#### Required action
In the data below, which lines hold the word "IFCINDEXEDPOLYGONALFACEWITHVOIDS"? Copy them.

(Stored data)
☆ ☆ ☆ ☆ ☆ ☆ ☆
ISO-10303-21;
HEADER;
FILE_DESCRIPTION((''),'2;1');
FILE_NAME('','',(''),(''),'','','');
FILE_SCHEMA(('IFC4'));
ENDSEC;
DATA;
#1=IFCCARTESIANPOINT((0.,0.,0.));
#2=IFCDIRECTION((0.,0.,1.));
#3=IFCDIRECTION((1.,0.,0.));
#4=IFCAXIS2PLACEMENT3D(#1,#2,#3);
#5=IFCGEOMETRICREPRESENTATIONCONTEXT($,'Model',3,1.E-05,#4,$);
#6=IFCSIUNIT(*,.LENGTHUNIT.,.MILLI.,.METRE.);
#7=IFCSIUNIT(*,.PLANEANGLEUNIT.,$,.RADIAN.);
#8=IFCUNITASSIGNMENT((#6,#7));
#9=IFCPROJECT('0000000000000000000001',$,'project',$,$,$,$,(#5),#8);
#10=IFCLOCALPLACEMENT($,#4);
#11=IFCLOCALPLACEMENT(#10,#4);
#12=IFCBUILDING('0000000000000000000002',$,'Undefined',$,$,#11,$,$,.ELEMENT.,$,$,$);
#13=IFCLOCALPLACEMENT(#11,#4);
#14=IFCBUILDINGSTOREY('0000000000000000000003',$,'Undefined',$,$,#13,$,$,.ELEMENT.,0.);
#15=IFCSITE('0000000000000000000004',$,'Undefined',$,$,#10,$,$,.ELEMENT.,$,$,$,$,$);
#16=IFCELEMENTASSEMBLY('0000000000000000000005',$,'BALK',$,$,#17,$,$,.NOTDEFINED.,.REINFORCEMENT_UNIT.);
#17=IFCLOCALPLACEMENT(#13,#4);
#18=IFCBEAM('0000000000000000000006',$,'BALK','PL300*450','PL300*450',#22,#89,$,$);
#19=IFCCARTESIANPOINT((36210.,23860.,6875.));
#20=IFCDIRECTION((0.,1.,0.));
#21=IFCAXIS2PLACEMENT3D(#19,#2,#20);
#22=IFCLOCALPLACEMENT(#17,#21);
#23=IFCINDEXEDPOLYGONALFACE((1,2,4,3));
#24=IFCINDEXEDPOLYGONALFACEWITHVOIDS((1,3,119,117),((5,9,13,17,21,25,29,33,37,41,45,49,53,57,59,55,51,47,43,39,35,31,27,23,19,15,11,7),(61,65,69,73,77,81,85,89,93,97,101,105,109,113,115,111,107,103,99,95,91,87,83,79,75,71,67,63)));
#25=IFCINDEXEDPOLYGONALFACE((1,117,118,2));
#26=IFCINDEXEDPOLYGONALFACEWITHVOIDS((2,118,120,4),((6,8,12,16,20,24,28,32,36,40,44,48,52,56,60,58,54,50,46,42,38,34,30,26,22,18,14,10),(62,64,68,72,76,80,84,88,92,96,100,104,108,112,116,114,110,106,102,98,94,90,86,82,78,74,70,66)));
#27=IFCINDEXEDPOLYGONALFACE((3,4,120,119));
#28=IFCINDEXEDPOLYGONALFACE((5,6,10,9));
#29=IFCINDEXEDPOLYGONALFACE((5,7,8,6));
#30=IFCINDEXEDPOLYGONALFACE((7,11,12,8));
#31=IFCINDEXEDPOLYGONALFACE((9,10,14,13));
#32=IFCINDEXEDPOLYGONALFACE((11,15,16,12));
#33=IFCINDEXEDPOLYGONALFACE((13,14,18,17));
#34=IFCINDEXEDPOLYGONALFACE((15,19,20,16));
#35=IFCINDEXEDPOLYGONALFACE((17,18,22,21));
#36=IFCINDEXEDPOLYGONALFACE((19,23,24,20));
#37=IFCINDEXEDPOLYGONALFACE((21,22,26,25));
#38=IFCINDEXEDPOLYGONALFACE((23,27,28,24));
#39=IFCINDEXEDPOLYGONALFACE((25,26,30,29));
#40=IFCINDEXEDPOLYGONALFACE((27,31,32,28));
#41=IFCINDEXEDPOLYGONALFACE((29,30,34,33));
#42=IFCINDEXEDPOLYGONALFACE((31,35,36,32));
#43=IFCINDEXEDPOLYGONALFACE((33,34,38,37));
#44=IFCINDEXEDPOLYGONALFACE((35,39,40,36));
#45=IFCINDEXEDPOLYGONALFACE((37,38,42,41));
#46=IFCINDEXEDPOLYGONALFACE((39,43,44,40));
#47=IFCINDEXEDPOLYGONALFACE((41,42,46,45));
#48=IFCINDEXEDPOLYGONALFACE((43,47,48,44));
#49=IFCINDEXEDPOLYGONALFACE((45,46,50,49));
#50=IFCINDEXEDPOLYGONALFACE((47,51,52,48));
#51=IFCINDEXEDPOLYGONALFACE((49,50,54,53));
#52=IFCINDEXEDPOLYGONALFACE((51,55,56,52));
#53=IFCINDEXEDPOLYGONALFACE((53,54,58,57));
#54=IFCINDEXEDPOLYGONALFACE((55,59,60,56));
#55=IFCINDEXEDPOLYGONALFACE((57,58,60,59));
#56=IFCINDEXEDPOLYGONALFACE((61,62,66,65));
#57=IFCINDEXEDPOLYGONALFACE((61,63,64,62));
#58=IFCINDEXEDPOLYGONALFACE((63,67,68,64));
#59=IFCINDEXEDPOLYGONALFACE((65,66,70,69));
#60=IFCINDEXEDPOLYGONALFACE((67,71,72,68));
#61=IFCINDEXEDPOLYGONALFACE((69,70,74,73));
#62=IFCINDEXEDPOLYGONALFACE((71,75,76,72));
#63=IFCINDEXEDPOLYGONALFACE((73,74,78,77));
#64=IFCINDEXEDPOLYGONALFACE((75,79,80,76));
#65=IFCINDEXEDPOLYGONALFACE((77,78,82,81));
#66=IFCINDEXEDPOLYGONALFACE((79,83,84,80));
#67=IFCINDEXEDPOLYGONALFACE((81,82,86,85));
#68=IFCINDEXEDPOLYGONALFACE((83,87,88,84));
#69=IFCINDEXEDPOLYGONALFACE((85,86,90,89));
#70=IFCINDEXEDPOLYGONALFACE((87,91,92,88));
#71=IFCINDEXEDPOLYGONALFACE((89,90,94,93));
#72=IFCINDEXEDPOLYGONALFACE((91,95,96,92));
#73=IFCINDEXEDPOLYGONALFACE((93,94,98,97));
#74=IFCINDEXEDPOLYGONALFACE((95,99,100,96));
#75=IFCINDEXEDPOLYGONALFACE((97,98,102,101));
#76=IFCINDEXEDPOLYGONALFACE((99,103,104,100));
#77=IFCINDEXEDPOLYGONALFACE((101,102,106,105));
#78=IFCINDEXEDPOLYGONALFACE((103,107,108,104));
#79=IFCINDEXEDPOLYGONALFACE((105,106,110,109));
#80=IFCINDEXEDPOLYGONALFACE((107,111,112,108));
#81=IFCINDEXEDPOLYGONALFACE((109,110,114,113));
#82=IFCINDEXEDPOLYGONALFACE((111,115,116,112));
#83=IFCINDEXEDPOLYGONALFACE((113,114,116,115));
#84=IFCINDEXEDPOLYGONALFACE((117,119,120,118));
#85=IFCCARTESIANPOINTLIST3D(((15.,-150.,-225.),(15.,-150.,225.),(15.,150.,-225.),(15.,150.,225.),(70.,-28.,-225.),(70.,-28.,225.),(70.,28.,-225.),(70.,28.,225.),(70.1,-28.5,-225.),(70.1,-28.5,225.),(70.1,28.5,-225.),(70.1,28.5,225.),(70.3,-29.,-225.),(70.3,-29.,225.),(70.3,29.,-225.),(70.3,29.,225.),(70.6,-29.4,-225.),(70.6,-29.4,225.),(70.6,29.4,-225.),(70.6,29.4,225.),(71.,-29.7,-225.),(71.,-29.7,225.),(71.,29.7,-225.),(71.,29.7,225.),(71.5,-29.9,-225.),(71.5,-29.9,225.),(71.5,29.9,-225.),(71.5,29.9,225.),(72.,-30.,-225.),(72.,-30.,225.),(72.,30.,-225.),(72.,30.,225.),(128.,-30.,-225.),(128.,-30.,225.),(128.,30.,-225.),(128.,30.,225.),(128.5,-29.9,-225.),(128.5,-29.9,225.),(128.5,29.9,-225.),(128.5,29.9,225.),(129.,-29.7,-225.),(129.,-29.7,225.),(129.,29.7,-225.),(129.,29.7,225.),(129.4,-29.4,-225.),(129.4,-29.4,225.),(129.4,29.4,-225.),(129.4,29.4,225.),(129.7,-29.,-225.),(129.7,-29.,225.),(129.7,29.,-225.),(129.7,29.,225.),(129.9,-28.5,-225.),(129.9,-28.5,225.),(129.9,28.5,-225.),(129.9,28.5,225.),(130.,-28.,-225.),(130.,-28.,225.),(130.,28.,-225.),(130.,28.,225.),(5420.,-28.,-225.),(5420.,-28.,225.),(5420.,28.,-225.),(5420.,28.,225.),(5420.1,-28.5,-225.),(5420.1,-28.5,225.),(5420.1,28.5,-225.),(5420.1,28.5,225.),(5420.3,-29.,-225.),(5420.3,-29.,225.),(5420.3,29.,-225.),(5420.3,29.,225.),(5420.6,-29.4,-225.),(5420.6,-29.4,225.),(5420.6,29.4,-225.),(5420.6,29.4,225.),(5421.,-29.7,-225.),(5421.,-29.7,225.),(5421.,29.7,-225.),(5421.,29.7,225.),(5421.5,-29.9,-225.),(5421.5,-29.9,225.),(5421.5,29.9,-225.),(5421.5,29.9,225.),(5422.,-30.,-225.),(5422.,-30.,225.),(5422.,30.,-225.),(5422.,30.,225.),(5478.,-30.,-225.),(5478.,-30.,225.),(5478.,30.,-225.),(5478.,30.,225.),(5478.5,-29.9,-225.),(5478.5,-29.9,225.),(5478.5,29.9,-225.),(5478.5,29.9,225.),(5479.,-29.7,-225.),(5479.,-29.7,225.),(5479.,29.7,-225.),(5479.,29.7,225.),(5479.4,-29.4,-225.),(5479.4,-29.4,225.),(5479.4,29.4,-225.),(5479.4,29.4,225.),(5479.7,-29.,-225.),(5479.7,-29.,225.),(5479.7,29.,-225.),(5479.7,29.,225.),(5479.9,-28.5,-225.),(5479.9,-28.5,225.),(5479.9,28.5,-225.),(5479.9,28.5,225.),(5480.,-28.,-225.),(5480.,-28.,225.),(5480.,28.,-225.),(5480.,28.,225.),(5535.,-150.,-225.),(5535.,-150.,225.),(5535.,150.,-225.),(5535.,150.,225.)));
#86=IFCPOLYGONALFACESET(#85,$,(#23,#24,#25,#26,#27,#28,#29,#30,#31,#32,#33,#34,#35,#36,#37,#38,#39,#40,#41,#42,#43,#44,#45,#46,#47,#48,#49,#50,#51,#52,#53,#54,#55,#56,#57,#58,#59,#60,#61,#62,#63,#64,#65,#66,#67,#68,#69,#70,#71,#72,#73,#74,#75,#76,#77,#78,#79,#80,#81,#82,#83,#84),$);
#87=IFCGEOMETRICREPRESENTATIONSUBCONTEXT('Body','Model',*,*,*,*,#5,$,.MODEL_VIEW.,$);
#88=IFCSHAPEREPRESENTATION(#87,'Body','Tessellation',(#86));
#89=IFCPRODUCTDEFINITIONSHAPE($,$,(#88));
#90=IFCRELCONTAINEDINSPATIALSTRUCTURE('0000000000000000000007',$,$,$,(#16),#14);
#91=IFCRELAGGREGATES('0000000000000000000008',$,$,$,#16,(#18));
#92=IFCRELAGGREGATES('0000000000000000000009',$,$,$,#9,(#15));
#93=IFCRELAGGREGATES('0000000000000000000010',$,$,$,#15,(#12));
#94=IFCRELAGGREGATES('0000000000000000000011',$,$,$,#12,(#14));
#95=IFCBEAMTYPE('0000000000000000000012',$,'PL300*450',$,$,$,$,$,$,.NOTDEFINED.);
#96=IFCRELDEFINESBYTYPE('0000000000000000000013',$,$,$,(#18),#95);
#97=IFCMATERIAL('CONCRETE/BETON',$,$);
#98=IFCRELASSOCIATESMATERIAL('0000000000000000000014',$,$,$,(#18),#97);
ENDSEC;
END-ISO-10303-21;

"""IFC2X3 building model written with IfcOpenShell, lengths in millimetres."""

from ifc_helpers import new_model, si_unit, frame, frame_2d, origin_with_axes, place, context, subcontext, project, spatial, rectangle, rounded_rectangle, extrude, boolean, halfspace, material, type_object, element, aggregate, save


model = new_model("IFC2X3")

# Units and contexts
model_context = context("Model", 3, precision=1e-05, world=origin_with_axes())
body_context = subcontext(model_context, "Body", "Model", "MODEL_VIEW")
ifc_project = project(units=[si_unit("LENGTHUNIT", "METRE", prefix="MILLI"), si_unit("PLANEANGLEUNIT", "RADIAN")], contexts=[model_context])

# Site, building, storey
site_placement = place(None, origin_with_axes())
site = spatial("IfcSite", under=ifc_project, at=site_placement, Name="Undefined", CompositionType="ELEMENT")
building_placement = place(site_placement, origin_with_axes())
building = spatial("IfcBuilding", under=site, at=building_placement, Name="Undefined", CompositionType="ELEMENT")
storey_placement = place(building_placement, origin_with_axes())
storey = spatial("IfcBuildingStorey", under=building, at=storey_placement, Name="Undefined", CompositionType="ELEMENT", Elevation=0.0)

# Element assembly
ifc_material_1 = material(Name="CONCRETE/BETON")
assembly_1_placement = place(storey_placement, origin_with_axes())
assembly_1 = element("IfcElementAssembly", 1, at=assembly_1_placement, inside=storey, Name="BALK", AssemblyPlace="NOTDEFINED", PredefinedType="REINFORCEMENT_UNIT")

# Beam
beam_type_1 = type_object("IfcBeamType", Name="PL300*450", PredefinedType="NOTDEFINED")
beam_1_placement = place(assembly_1_placement, frame((36210.0, 23860.0, 6875.0), z_axis=(0.0, 0.0, 1.0), x_axis=(0.0, 1.0, 0.0)))
beam_1 = element("IfcBeam", 2, at=beam_1_placement, type_object=beam_type_1, material=ifc_material_1, Name="BALK", Description="PL300*450", ObjectType="PL300*450", context=body_context, shape_type="CSG", body=[
    boolean("DIFFERENCE", boolean("DIFFERENCE", boolean("DIFFERENCE", boolean("DIFFERENCE", extrude(rectangle(XDim=300.0, YDim=450.0, at=frame_2d((0.0, 0.0), x_axis=(1.0, 0.0))), frame((5535.0, 0.0, 0.0), z_axis=(-1.0, 0.0, 0.0), x_axis=(0.0, -1.0, 0.0)), (0.0, 0.0, 1.0), 5520.0), extrude(rounded_rectangle(XDim=60.0, YDim=60.0, RoundingRadius=2.0, at=frame_2d((0.0, 0.0), x_axis=(1.0, 0.0))), frame((5450.0, 0.0, 275.0), z_axis=(0.0, 0.0, -1.0), x_axis=(-1.0, 0.0, 0.0)), (0.0, 0.0, 1.0), 508.0)), extrude(rounded_rectangle(XDim=60.0, YDim=60.0, RoundingRadius=2.0, at=frame_2d((0.0, 0.0), x_axis=(1.0, 0.0))), frame((100.0, 0.0, 275.0), z_axis=(0.0, 0.0, -1.0), x_axis=(-1.0, 0.0, 0.0)), (0.0, 0.0, 1.0), 508.0)), halfspace(frame((5535.0, 0.0, 1.0), z_axis=(1.0, 0.0, 0.0), x_axis=(0.0, 1.0, 0.0)), False)), halfspace(frame((15.0, 0.0, 10.0), z_axis=(1.0, 0.0, 0.0), x_axis=(0.0, 1.0, 0.0)), True)),
])
aggregate(assembly_1, [beam_1])

save(model, "model.ifc")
☆ ☆ ☆ ☆ ☆ ☆ ☆
#### Answer
#24=IFCINDEXEDPOLYGONALFACEWITHVOIDS((1,3,119,117),((5,9,13,17,21,25,29,33,37,41,45,49,53,57,59,55,51,47,43,39,35,31,27,23,19,15,11,7),(61,65,69,73,77,81,85,89,93,97,101,105,109,113,115,111,107,103,99,95,91,87,83,79,75,71,67,63)));
#26=IFCINDEXEDPOLYGONALFACEWITHVOIDS((2,118,120,4),((6,8,12,16,20,24,28,32,36,40,44,48,52,56,60,58,54,50,46,42,38,34,30,26,22,18,14,10),(62,64,68,72,76,80,84,88,92,96,100,104,108,112,116,114,110,106,102,98,94,90,86,82,78,74,70,66)));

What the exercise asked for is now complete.